Exercise objective: Search the listing below for the word "IFCPROJECT" and copy each line where it appears.

Data provided:
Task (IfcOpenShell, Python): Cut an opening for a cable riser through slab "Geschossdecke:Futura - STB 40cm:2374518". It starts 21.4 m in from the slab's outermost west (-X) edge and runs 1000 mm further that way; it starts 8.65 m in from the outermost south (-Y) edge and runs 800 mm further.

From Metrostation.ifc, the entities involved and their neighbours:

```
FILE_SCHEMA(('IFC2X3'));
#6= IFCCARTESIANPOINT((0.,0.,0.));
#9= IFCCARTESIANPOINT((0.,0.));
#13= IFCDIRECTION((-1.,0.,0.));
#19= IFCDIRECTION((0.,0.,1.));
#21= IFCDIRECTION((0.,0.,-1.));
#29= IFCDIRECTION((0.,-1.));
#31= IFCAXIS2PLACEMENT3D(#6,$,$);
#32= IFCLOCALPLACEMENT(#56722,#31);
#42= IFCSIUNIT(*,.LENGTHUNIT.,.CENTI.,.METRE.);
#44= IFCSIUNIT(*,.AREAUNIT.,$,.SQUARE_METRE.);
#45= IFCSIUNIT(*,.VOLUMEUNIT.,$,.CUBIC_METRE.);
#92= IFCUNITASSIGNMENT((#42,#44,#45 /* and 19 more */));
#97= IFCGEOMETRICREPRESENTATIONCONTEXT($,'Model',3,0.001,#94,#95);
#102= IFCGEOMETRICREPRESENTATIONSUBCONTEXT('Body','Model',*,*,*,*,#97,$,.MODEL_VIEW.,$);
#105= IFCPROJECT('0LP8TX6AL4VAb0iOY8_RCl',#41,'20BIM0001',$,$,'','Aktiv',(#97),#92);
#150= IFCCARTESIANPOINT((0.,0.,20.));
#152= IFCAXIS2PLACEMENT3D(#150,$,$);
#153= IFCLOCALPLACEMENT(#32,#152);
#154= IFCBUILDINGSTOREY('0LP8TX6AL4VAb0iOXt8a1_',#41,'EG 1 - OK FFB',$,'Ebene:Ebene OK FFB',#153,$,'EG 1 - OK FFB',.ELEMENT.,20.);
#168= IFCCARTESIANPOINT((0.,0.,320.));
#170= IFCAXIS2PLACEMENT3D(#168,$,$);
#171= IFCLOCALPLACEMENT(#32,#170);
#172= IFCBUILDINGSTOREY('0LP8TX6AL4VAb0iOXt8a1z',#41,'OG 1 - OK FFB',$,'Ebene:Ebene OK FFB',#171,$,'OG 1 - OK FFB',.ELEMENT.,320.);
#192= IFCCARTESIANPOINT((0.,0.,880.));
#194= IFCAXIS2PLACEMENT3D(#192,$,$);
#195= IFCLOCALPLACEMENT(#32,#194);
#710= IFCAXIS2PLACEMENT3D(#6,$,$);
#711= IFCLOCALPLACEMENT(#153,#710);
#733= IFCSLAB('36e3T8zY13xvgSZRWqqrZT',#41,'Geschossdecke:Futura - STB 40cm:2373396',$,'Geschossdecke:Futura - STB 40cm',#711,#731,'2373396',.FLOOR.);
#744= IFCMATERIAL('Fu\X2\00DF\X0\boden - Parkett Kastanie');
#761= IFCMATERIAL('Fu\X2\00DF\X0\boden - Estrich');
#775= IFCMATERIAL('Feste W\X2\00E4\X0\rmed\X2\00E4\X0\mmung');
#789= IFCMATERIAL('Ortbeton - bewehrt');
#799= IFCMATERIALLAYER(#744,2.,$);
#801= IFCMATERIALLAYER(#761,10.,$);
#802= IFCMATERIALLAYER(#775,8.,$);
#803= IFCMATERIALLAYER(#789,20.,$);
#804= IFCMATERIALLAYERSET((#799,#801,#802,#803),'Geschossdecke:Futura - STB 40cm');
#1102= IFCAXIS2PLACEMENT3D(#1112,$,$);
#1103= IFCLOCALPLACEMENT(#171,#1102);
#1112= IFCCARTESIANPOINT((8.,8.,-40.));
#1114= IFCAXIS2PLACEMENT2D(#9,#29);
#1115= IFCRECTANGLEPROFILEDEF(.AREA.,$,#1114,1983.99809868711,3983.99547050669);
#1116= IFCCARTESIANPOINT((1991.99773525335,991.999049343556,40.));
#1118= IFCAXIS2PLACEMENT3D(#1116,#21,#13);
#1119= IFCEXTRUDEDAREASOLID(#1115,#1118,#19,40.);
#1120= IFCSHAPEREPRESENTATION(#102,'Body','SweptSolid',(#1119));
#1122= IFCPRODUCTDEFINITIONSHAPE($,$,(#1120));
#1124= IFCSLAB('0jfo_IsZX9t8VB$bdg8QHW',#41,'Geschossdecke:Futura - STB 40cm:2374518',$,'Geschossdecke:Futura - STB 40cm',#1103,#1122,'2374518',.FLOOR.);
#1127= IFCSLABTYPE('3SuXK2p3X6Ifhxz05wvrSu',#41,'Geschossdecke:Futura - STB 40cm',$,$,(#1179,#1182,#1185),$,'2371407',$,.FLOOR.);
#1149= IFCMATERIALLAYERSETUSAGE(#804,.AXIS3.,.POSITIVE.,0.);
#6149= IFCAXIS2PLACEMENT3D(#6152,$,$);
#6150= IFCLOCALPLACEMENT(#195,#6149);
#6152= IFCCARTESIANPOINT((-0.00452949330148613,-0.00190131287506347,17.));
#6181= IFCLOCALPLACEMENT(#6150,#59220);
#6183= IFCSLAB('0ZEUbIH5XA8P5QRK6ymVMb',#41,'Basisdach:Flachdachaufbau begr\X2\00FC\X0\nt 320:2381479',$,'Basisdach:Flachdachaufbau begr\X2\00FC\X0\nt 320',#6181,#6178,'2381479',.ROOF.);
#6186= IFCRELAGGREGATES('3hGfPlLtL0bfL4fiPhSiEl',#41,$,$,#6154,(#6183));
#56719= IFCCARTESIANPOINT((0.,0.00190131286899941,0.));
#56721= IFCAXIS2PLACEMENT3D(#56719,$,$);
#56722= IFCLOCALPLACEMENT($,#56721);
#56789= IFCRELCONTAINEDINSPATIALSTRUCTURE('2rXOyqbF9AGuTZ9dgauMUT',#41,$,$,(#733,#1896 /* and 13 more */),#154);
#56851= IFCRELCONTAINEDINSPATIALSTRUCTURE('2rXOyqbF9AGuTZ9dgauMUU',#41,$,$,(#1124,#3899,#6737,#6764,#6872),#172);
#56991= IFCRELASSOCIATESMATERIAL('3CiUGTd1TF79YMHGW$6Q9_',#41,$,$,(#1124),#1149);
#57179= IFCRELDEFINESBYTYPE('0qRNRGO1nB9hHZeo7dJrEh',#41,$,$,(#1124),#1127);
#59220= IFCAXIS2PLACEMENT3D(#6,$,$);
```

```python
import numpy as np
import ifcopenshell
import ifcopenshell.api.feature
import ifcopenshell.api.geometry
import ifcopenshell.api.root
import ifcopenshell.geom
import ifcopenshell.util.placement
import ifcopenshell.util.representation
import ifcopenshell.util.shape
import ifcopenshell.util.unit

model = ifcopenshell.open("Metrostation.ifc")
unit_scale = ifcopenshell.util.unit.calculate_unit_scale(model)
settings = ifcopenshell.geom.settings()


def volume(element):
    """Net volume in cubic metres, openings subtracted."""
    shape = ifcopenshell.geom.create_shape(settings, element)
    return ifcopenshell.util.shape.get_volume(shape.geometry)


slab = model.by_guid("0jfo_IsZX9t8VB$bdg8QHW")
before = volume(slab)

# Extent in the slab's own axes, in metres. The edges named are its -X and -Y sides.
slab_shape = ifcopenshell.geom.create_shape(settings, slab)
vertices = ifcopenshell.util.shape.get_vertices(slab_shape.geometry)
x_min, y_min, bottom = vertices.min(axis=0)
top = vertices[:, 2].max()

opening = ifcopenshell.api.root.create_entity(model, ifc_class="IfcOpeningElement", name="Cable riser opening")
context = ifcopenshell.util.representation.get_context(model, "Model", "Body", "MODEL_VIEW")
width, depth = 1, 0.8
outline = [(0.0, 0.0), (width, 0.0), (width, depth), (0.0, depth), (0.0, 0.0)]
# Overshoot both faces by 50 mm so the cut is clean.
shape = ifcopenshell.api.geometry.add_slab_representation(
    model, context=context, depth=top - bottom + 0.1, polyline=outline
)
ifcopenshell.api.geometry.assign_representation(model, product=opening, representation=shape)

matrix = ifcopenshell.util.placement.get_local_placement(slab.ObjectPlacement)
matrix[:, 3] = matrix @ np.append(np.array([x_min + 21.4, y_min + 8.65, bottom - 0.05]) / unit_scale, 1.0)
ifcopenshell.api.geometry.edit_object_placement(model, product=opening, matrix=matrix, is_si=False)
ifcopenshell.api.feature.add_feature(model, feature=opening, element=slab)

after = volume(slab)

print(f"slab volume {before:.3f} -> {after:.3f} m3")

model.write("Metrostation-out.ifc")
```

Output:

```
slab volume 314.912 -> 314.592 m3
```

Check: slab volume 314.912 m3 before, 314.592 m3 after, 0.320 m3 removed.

==

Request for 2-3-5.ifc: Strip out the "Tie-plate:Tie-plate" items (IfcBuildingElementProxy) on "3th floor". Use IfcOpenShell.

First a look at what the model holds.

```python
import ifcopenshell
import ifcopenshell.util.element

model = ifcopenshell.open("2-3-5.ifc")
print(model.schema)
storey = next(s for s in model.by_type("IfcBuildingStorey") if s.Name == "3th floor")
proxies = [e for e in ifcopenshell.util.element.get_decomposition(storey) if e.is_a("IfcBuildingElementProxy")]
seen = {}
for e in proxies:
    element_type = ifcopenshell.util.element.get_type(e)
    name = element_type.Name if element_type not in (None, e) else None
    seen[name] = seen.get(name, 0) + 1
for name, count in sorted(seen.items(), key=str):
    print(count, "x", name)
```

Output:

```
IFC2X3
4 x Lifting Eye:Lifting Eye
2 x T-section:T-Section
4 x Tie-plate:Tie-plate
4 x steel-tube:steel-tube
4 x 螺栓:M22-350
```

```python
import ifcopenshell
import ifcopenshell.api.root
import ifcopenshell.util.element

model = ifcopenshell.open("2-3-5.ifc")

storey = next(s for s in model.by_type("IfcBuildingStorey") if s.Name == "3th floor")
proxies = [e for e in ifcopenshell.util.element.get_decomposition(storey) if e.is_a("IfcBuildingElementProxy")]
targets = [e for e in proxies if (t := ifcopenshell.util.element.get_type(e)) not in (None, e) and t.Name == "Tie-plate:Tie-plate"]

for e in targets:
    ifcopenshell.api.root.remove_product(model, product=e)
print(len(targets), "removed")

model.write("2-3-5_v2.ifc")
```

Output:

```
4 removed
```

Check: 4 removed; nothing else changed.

==

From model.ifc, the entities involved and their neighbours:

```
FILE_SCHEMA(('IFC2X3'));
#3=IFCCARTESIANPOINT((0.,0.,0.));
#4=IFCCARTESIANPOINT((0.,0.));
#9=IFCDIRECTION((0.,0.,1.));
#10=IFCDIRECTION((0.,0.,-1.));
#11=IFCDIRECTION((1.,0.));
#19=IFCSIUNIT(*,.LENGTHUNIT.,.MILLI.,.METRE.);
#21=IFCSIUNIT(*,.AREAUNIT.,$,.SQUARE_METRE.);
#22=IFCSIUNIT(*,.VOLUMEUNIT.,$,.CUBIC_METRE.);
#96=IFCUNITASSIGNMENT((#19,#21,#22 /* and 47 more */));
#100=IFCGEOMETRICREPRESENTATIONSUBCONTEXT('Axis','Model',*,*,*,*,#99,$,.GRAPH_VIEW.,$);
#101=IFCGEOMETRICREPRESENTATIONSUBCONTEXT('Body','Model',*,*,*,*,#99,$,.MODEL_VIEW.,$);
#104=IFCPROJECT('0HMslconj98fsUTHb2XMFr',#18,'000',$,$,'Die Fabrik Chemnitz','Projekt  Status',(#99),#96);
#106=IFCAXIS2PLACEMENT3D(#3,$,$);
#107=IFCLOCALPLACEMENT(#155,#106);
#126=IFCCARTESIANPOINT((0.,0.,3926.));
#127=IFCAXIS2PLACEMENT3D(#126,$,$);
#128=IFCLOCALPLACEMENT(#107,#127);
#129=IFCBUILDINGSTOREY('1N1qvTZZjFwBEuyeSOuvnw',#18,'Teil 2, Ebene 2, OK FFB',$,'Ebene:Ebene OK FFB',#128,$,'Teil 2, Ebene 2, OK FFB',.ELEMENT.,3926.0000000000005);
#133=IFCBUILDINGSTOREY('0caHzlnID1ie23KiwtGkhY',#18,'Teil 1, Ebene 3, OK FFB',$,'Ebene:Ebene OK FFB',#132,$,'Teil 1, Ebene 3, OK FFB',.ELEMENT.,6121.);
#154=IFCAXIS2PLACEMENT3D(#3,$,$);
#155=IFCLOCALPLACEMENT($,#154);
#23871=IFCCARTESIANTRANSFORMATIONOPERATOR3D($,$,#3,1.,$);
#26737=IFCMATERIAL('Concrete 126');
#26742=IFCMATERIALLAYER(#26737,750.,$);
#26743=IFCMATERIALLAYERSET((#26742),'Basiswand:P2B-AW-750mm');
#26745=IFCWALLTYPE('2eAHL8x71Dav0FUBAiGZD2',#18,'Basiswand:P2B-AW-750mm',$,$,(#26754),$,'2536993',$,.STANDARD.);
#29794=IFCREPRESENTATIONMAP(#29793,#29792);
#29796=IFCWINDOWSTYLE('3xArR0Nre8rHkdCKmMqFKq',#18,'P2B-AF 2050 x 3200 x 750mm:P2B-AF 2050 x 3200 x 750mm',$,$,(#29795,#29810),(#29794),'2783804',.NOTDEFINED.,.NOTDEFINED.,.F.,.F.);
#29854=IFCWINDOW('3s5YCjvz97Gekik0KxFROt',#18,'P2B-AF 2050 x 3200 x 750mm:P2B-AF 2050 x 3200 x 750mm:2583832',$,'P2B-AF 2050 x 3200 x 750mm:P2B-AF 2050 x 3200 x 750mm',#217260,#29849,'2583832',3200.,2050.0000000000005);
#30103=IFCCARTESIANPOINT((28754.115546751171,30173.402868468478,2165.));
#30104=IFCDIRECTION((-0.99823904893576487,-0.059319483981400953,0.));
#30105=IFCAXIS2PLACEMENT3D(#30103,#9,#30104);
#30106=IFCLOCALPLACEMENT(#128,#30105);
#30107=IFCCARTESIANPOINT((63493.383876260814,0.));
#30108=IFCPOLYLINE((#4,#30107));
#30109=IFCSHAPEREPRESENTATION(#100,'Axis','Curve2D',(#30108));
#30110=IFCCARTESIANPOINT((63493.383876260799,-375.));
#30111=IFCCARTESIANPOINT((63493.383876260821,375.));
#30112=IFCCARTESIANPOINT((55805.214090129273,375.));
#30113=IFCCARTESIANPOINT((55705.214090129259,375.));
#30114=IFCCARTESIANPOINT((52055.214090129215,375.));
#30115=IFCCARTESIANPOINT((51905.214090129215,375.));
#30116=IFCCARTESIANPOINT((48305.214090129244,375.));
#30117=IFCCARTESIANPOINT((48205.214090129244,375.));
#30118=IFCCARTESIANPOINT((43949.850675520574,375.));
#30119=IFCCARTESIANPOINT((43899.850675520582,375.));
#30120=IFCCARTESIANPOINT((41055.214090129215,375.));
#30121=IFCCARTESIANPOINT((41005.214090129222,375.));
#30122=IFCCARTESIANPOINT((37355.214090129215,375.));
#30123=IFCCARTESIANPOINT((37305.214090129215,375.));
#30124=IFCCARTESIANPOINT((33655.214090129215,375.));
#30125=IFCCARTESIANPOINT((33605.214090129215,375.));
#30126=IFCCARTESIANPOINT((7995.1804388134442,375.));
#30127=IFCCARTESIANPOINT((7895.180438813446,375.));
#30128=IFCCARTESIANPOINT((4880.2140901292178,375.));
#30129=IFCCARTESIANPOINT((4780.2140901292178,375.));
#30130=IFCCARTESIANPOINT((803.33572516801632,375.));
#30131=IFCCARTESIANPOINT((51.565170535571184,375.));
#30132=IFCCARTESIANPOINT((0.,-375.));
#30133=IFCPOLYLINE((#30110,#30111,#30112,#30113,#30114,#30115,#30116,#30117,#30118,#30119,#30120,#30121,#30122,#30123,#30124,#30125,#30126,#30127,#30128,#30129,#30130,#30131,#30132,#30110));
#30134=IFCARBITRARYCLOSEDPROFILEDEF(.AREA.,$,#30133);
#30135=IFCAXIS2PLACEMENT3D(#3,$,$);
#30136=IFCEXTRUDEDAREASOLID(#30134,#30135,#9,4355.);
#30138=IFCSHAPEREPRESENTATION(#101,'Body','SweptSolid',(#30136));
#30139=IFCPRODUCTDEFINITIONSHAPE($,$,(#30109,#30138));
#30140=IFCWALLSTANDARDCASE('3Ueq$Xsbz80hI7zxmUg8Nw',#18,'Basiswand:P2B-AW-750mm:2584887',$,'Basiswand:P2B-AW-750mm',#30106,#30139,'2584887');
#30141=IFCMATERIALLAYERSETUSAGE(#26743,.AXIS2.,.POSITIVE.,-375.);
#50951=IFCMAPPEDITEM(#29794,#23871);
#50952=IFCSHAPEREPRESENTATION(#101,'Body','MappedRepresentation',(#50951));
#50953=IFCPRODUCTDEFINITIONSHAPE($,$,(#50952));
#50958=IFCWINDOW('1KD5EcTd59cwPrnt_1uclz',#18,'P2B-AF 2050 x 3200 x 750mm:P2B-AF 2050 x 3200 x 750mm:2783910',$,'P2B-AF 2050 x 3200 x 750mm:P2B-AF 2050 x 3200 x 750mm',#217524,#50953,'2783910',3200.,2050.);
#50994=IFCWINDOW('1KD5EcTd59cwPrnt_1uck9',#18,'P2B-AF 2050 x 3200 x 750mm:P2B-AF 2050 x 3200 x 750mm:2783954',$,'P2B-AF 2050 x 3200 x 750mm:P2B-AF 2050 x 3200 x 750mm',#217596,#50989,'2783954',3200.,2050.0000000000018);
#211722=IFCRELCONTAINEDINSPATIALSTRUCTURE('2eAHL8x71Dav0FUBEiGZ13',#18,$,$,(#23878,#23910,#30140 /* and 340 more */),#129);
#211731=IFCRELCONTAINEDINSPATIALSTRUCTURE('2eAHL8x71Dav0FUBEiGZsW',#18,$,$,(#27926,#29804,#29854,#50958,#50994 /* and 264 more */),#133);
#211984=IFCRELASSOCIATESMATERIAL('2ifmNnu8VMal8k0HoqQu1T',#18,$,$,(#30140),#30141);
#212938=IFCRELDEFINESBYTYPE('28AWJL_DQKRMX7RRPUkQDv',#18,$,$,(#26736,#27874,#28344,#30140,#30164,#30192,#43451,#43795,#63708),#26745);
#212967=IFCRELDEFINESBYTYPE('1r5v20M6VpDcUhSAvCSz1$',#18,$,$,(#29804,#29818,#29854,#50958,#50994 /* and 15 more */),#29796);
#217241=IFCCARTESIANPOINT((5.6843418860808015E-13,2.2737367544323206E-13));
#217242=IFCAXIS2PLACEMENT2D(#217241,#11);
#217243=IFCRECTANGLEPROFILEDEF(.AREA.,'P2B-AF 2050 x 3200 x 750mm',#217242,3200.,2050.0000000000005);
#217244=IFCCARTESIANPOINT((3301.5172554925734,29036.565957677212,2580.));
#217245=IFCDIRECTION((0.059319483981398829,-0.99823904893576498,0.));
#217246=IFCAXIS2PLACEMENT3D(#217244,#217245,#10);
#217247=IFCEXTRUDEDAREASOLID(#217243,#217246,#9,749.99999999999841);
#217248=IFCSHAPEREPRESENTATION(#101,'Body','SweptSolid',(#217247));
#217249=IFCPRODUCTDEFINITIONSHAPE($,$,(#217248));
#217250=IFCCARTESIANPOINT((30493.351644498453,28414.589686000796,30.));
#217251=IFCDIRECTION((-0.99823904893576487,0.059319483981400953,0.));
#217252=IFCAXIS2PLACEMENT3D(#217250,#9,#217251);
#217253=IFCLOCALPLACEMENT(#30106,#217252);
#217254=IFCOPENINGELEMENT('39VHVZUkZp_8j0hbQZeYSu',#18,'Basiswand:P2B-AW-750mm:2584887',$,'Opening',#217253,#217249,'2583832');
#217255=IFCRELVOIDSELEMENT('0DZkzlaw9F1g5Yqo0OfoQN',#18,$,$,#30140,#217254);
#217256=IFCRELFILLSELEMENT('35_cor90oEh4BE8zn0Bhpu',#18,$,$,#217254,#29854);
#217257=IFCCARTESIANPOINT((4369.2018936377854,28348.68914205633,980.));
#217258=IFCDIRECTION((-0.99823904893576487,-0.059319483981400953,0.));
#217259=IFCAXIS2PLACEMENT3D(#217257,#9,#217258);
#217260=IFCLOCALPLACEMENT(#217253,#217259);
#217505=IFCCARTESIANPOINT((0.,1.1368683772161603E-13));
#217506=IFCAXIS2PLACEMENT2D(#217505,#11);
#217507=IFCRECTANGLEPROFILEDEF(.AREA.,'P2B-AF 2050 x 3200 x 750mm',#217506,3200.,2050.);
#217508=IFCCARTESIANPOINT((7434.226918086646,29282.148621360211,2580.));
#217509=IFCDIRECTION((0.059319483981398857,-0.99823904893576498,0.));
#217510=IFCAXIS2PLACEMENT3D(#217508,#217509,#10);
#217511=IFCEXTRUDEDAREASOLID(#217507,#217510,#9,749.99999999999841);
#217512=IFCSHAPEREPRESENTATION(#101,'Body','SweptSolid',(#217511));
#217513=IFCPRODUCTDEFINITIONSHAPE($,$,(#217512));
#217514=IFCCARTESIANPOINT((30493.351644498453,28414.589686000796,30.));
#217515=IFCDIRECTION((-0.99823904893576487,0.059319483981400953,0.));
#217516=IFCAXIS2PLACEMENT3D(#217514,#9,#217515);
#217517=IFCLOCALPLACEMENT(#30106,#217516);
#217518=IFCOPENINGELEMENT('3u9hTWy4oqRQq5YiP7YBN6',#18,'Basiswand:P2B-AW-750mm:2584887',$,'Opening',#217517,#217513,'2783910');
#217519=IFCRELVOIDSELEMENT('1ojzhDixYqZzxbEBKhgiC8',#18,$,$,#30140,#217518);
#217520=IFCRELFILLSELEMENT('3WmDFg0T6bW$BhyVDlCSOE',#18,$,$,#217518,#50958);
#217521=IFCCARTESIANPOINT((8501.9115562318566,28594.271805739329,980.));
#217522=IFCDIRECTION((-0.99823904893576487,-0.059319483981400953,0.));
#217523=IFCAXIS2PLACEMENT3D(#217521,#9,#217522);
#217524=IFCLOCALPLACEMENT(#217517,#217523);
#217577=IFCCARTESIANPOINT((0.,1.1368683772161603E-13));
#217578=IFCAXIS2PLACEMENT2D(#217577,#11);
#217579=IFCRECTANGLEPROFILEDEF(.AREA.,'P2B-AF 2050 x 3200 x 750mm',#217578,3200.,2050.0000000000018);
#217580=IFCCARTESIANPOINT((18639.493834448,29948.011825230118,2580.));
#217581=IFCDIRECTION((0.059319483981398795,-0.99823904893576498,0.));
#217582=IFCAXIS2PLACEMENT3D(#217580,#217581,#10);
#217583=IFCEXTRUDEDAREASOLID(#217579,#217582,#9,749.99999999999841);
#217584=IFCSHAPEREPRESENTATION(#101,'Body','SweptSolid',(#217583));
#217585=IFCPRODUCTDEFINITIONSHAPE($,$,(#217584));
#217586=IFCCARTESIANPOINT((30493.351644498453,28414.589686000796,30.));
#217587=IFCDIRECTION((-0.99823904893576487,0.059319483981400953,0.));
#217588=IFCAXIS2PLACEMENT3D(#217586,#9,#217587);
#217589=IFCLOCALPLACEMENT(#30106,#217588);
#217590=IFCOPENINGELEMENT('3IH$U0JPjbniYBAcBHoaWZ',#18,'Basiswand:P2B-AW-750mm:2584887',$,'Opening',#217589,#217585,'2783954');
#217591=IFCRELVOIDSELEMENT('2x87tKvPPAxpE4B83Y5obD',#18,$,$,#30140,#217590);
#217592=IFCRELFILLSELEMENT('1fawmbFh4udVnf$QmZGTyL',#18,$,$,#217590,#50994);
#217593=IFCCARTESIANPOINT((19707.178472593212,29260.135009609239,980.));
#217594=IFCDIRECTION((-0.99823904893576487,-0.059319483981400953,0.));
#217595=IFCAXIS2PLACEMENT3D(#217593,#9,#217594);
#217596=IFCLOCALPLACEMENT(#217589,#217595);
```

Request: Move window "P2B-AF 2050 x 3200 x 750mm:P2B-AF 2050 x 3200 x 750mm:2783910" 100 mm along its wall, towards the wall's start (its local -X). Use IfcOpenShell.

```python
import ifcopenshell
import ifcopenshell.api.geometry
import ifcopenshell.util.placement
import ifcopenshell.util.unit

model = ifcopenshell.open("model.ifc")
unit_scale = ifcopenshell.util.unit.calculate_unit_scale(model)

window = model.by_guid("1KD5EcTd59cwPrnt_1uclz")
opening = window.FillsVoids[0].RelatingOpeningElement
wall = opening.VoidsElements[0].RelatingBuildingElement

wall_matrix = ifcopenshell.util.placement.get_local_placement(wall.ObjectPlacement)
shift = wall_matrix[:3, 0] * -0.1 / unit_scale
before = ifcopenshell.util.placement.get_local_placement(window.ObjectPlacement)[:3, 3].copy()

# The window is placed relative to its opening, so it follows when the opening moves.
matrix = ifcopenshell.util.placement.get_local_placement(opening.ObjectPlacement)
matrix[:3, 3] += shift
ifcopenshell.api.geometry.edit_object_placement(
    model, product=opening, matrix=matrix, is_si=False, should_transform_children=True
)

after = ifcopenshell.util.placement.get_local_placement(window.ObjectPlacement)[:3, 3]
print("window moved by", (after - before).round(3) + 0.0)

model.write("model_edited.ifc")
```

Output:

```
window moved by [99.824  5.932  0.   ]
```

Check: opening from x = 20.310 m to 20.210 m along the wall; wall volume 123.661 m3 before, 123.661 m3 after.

Solution to the exercise:
#105= IFCPROJECT('0LP8TX6AL4VAb0iOY8_RCl',#41,'20BIM0001',$,$,'','Aktiv',(#97),#92);
#104=IFCPROJECT('0HMslconj98fsUTHb2XMFr',#18,'000',$,$,'Die Fabrik Chemnitz','Projekt  Status',(#99),#96);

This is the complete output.